§ Activity:
Filter the data for lines with the word "wood" and copy those lines.

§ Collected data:
▼▼▼

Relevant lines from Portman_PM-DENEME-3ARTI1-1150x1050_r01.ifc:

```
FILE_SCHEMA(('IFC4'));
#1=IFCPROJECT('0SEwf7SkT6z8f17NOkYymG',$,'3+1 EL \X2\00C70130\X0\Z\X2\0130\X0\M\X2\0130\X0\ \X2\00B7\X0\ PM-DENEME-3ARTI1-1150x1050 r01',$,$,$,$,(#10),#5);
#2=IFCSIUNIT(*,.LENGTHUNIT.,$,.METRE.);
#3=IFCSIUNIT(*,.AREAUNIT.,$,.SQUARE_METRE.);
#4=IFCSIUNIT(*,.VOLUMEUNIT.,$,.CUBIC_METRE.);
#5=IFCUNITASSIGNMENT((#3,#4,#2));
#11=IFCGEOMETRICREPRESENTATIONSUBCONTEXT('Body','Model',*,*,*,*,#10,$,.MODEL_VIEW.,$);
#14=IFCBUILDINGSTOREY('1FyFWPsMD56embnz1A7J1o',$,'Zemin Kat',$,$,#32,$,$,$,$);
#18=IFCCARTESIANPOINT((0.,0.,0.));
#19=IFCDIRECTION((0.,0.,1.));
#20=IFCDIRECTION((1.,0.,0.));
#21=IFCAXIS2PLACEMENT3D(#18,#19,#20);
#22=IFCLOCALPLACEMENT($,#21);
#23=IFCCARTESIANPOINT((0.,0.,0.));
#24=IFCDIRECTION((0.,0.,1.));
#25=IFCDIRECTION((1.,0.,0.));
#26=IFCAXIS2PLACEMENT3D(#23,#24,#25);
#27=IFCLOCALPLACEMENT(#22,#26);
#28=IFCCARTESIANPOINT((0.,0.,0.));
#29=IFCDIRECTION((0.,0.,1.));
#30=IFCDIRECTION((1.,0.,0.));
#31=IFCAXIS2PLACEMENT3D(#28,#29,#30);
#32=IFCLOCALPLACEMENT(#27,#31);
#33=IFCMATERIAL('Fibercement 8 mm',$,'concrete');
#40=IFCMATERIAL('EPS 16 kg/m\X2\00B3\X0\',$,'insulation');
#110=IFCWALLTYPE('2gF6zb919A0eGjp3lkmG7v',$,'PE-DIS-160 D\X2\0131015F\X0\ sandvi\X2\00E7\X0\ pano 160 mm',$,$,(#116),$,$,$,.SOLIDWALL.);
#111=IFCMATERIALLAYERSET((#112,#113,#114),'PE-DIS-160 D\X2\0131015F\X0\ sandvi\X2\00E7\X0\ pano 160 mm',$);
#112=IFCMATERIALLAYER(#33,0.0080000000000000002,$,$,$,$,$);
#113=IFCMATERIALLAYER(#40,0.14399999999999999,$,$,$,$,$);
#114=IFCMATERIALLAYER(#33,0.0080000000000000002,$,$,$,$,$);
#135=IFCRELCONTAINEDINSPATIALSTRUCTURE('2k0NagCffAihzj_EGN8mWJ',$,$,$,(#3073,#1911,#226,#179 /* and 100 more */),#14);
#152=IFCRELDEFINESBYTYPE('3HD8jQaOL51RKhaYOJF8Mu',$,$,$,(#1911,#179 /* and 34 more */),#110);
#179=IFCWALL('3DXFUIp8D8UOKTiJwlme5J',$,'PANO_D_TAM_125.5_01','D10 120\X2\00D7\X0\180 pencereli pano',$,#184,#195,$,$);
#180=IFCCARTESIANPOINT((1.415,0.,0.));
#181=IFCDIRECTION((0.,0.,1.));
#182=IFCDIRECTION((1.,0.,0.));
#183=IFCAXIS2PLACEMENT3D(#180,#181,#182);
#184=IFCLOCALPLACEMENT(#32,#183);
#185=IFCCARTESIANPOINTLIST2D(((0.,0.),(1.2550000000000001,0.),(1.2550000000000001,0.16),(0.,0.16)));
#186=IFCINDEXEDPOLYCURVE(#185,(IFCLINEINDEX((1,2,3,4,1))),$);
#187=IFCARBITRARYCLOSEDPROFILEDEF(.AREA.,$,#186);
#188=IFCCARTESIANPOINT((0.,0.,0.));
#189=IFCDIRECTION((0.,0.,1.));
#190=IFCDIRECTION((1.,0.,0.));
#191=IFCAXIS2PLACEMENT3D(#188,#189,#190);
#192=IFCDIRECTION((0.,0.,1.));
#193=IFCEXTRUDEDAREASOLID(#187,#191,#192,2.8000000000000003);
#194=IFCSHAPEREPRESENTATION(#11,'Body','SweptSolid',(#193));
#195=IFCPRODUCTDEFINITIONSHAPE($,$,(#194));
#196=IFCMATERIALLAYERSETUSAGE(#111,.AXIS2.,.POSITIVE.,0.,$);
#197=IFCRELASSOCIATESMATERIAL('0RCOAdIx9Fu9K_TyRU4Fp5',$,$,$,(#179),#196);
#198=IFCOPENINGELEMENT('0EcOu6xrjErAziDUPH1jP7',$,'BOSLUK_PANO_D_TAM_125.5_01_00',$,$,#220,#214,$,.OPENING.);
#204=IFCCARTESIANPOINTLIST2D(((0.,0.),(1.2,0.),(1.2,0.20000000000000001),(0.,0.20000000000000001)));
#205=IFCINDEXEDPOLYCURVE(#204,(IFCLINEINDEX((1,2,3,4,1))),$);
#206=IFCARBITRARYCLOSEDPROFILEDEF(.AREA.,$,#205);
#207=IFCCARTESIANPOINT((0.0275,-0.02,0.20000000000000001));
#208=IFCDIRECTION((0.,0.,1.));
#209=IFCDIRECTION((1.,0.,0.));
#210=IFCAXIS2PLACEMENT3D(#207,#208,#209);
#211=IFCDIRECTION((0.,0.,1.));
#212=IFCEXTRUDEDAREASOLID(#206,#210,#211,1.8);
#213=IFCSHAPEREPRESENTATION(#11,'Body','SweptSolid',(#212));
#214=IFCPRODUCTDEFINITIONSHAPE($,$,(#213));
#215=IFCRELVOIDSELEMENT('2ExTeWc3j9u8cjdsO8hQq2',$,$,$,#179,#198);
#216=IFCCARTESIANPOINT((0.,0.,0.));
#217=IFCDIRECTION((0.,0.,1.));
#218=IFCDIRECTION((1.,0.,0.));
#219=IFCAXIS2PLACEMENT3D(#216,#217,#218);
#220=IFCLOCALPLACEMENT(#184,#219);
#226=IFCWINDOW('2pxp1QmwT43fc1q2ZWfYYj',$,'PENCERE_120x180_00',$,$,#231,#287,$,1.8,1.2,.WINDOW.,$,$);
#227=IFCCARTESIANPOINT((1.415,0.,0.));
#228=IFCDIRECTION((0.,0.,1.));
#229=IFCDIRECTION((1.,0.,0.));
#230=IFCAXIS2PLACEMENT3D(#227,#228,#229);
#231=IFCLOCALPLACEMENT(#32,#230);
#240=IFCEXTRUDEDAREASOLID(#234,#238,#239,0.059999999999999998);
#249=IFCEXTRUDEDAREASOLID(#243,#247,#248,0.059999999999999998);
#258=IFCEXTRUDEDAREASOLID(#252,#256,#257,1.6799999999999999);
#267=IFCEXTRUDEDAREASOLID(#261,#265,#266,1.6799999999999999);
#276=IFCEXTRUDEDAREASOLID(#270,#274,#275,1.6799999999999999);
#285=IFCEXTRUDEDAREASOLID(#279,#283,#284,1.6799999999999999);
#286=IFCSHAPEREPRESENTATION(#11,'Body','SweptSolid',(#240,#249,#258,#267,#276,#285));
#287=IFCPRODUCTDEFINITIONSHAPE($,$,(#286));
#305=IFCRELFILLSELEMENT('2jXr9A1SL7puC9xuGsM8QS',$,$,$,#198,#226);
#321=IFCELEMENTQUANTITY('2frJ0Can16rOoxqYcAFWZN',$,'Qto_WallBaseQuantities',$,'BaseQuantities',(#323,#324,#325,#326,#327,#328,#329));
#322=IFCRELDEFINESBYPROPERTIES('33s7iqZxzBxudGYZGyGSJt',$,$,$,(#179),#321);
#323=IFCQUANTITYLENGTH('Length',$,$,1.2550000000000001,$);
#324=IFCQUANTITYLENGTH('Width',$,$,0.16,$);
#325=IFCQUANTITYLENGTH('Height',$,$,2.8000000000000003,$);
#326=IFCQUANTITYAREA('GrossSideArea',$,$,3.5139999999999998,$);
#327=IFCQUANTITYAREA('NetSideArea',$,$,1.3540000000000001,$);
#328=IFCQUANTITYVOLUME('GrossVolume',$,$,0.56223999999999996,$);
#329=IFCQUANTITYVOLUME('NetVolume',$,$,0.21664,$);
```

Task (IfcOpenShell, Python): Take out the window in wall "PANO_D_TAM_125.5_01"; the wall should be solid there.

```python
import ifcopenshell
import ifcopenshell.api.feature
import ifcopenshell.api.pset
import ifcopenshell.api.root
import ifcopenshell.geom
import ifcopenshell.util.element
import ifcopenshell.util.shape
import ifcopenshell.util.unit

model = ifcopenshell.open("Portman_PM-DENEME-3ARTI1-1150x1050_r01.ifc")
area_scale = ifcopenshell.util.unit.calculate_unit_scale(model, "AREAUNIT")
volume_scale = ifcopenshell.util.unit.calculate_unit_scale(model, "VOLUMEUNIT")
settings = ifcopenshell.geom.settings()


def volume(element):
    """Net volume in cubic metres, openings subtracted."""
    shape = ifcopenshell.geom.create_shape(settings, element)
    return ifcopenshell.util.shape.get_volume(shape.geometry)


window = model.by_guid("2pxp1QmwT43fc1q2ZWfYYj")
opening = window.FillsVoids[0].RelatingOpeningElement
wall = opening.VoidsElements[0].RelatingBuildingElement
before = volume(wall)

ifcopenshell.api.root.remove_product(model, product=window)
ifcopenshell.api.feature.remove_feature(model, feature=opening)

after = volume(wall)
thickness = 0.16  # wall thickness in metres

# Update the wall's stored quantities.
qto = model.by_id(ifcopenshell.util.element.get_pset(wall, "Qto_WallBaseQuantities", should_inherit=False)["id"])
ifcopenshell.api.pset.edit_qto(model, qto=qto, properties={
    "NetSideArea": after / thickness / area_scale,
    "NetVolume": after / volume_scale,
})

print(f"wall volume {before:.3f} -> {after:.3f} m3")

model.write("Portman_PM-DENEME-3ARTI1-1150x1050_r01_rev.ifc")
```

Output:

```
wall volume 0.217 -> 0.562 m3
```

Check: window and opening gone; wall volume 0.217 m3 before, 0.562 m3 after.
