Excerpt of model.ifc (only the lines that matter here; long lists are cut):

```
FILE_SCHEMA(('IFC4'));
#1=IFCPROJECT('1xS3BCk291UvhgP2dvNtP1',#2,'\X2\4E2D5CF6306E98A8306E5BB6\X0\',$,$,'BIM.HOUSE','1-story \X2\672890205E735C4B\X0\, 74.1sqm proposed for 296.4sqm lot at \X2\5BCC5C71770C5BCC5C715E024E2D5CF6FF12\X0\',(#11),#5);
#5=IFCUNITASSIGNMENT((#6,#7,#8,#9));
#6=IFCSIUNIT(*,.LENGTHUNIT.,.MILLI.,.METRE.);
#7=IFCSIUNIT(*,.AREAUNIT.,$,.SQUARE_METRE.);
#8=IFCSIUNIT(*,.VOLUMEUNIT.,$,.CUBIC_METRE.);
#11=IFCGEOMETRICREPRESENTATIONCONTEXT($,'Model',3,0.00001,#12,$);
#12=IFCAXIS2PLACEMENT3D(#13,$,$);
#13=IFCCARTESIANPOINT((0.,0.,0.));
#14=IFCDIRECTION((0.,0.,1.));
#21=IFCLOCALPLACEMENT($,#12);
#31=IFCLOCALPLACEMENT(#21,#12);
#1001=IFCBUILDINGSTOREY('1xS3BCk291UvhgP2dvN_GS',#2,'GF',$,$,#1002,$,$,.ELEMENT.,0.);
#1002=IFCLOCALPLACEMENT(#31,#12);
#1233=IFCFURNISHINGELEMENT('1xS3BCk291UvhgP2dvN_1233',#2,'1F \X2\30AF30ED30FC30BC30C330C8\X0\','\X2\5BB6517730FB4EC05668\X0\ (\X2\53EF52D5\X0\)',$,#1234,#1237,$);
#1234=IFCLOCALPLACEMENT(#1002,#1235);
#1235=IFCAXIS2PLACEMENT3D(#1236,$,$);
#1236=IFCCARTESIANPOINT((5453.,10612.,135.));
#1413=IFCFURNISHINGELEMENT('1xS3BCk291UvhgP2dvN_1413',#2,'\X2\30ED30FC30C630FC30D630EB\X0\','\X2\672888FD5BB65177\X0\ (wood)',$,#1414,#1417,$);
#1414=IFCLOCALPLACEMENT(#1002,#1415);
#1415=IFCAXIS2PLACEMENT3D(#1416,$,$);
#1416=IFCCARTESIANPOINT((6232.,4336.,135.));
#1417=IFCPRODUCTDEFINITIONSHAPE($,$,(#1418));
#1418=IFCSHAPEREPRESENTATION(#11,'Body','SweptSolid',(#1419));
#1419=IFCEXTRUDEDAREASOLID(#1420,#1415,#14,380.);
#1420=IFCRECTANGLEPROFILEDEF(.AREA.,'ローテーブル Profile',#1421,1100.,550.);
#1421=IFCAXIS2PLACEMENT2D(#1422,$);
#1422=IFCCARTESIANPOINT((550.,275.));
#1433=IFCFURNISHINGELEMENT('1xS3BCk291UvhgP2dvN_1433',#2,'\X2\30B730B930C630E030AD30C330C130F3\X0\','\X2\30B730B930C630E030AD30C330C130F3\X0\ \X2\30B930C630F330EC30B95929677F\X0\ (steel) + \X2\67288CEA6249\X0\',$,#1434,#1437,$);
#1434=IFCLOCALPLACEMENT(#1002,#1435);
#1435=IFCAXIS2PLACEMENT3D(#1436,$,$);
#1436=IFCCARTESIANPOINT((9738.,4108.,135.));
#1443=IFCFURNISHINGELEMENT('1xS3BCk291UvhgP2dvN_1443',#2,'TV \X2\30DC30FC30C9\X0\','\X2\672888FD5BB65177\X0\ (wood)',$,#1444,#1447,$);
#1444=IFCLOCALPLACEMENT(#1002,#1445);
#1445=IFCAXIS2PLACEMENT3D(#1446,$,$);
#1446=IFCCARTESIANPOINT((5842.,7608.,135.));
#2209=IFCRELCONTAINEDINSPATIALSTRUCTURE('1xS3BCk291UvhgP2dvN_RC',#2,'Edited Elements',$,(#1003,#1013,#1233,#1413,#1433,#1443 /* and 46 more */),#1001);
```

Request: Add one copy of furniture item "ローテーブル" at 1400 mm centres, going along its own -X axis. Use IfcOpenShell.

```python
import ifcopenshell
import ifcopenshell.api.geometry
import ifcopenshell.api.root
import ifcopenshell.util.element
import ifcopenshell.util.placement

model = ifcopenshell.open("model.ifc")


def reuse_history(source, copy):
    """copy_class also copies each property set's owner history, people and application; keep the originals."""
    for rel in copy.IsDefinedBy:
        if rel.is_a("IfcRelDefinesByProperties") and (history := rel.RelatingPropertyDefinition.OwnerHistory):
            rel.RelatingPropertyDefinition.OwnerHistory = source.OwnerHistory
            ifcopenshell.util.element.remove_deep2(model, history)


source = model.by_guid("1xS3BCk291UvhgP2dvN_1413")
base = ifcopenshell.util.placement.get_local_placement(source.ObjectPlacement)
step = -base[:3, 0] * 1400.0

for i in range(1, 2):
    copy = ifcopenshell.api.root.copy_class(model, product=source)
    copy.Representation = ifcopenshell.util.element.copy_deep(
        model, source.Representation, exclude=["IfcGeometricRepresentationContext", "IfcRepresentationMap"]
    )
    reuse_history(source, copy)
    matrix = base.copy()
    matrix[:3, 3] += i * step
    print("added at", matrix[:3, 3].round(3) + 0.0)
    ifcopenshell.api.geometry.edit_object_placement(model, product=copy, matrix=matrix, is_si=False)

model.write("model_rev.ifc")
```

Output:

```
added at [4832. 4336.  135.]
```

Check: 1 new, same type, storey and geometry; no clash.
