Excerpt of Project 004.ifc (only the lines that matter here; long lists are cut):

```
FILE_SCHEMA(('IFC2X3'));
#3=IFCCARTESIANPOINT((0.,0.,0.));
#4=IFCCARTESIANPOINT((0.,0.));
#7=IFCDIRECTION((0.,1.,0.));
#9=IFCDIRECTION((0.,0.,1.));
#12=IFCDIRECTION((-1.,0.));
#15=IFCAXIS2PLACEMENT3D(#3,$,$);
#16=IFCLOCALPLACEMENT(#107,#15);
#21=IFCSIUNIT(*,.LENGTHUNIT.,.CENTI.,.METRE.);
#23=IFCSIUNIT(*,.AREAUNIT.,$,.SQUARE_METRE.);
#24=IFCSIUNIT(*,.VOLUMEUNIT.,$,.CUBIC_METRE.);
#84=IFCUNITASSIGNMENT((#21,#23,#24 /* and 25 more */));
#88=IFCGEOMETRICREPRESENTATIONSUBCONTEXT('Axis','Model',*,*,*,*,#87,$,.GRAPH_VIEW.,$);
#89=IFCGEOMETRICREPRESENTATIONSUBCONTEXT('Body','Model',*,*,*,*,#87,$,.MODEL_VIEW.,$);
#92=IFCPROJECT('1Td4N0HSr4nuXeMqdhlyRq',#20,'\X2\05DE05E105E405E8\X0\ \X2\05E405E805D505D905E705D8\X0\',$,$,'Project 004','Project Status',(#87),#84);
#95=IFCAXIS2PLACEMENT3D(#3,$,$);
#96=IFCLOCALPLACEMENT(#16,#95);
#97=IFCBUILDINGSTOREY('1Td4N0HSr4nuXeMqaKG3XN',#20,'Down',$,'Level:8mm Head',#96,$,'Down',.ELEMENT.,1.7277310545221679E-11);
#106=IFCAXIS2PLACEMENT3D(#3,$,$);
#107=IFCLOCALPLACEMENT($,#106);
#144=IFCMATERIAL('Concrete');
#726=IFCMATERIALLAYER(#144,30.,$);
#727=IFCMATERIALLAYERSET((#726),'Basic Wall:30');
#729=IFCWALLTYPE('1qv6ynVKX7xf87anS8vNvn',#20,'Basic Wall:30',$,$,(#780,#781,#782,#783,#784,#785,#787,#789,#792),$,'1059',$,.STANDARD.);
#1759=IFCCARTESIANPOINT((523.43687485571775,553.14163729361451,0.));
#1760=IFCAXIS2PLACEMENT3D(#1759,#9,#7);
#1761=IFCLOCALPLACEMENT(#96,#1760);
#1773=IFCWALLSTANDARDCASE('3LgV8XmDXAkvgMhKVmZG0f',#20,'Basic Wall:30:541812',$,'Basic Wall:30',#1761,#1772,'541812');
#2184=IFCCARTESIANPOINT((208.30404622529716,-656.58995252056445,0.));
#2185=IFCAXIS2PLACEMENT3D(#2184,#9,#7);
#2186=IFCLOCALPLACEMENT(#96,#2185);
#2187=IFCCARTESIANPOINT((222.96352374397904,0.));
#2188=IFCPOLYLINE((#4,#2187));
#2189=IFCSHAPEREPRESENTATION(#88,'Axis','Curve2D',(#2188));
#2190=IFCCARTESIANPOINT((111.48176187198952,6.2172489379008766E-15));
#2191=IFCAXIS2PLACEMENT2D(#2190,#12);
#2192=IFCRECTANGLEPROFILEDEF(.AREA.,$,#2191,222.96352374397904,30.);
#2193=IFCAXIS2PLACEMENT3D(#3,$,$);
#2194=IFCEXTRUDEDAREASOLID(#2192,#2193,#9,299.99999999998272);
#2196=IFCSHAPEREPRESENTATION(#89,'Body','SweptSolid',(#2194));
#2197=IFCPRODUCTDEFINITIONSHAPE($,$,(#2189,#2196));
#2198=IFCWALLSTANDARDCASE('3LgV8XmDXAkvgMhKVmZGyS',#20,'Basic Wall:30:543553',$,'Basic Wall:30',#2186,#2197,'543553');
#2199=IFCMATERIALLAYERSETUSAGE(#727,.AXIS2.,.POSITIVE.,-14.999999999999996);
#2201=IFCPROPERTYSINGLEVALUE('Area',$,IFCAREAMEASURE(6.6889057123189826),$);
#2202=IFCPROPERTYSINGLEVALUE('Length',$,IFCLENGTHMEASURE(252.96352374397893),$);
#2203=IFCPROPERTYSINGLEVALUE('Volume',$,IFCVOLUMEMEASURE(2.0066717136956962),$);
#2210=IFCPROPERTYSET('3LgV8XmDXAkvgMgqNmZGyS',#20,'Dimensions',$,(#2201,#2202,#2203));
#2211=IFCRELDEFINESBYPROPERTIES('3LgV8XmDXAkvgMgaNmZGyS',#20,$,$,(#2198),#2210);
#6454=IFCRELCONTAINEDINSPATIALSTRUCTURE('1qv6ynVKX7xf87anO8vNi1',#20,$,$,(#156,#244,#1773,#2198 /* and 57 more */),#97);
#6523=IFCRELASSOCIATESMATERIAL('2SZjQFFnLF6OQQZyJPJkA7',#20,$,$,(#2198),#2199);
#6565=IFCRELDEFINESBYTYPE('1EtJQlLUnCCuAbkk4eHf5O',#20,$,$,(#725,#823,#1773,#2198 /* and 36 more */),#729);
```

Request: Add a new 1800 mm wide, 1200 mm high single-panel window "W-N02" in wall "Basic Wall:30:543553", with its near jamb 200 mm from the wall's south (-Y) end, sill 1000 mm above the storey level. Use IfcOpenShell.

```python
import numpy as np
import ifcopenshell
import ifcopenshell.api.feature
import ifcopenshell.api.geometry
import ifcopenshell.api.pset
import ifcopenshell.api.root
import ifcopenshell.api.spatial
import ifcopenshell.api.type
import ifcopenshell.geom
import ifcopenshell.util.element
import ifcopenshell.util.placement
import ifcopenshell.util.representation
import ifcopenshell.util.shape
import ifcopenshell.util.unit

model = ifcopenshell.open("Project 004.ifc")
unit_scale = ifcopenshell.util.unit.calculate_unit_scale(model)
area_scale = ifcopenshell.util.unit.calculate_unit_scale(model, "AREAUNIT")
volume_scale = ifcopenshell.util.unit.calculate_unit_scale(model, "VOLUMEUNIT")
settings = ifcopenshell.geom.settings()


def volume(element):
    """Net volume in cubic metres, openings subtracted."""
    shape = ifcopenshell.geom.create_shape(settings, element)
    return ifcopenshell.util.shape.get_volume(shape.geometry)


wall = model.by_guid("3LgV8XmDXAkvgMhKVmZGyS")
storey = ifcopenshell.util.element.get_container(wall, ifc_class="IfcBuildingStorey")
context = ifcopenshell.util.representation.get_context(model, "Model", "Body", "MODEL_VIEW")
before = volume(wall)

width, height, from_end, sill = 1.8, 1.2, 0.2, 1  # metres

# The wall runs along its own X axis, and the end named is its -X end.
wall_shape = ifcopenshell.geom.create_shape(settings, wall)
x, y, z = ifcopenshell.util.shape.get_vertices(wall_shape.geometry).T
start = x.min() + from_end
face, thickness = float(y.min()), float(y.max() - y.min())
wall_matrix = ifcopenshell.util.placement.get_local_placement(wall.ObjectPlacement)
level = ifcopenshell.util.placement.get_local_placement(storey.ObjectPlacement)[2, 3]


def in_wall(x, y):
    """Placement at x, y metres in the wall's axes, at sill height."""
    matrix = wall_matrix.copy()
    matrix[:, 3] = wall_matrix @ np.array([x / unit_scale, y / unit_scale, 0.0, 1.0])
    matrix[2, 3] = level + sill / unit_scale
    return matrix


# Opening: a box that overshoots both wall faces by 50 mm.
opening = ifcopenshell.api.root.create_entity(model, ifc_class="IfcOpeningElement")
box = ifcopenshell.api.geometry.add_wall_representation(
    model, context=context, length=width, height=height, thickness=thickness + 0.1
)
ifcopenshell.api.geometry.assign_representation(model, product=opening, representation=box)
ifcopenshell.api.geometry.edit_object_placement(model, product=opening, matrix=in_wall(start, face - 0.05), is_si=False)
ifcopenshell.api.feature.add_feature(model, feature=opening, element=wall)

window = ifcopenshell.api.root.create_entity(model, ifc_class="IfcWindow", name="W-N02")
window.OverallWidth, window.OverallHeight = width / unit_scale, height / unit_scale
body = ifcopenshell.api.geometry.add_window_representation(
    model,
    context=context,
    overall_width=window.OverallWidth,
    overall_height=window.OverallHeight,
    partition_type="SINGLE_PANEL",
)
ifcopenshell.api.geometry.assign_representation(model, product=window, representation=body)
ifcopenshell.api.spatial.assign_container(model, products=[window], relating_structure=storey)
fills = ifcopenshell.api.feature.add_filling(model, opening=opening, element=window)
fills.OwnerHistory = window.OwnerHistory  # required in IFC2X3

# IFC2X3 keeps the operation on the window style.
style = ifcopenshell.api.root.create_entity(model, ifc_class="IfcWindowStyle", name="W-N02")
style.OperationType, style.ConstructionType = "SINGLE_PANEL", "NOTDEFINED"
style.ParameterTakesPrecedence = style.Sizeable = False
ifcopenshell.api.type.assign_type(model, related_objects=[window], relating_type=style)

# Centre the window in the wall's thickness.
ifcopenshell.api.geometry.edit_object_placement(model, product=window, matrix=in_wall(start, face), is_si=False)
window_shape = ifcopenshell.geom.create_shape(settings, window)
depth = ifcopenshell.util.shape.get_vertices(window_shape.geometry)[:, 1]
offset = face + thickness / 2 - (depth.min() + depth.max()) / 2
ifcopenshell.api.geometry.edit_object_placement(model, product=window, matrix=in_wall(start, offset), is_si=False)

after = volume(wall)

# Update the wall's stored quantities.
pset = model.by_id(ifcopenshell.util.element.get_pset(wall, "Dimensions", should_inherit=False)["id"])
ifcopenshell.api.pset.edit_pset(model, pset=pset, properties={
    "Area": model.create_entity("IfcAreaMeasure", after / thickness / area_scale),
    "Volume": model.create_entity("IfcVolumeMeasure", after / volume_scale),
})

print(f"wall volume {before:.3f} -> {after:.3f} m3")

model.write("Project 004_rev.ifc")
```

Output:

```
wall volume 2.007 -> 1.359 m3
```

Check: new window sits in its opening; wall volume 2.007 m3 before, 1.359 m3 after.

▲▲▲

§ Response:
#1413=IFCFURNISHINGELEMENT('1xS3BCk291UvhgP2dvN_1413',#2,'\X2\30ED30FC30C630FC30D630EB\X0\','\X2\672888FD5BB65177\X0\ (wood)',$,#1414,#1417,$);
#1443=IFCFURNISHINGELEMENT('1xS3BCk291UvhgP2dvN_1443',#2,'TV \X2\30DC30FC30C9\X0\','\X2\672888FD5BB65177\X0\ (wood)',$,#1444,#1447,$);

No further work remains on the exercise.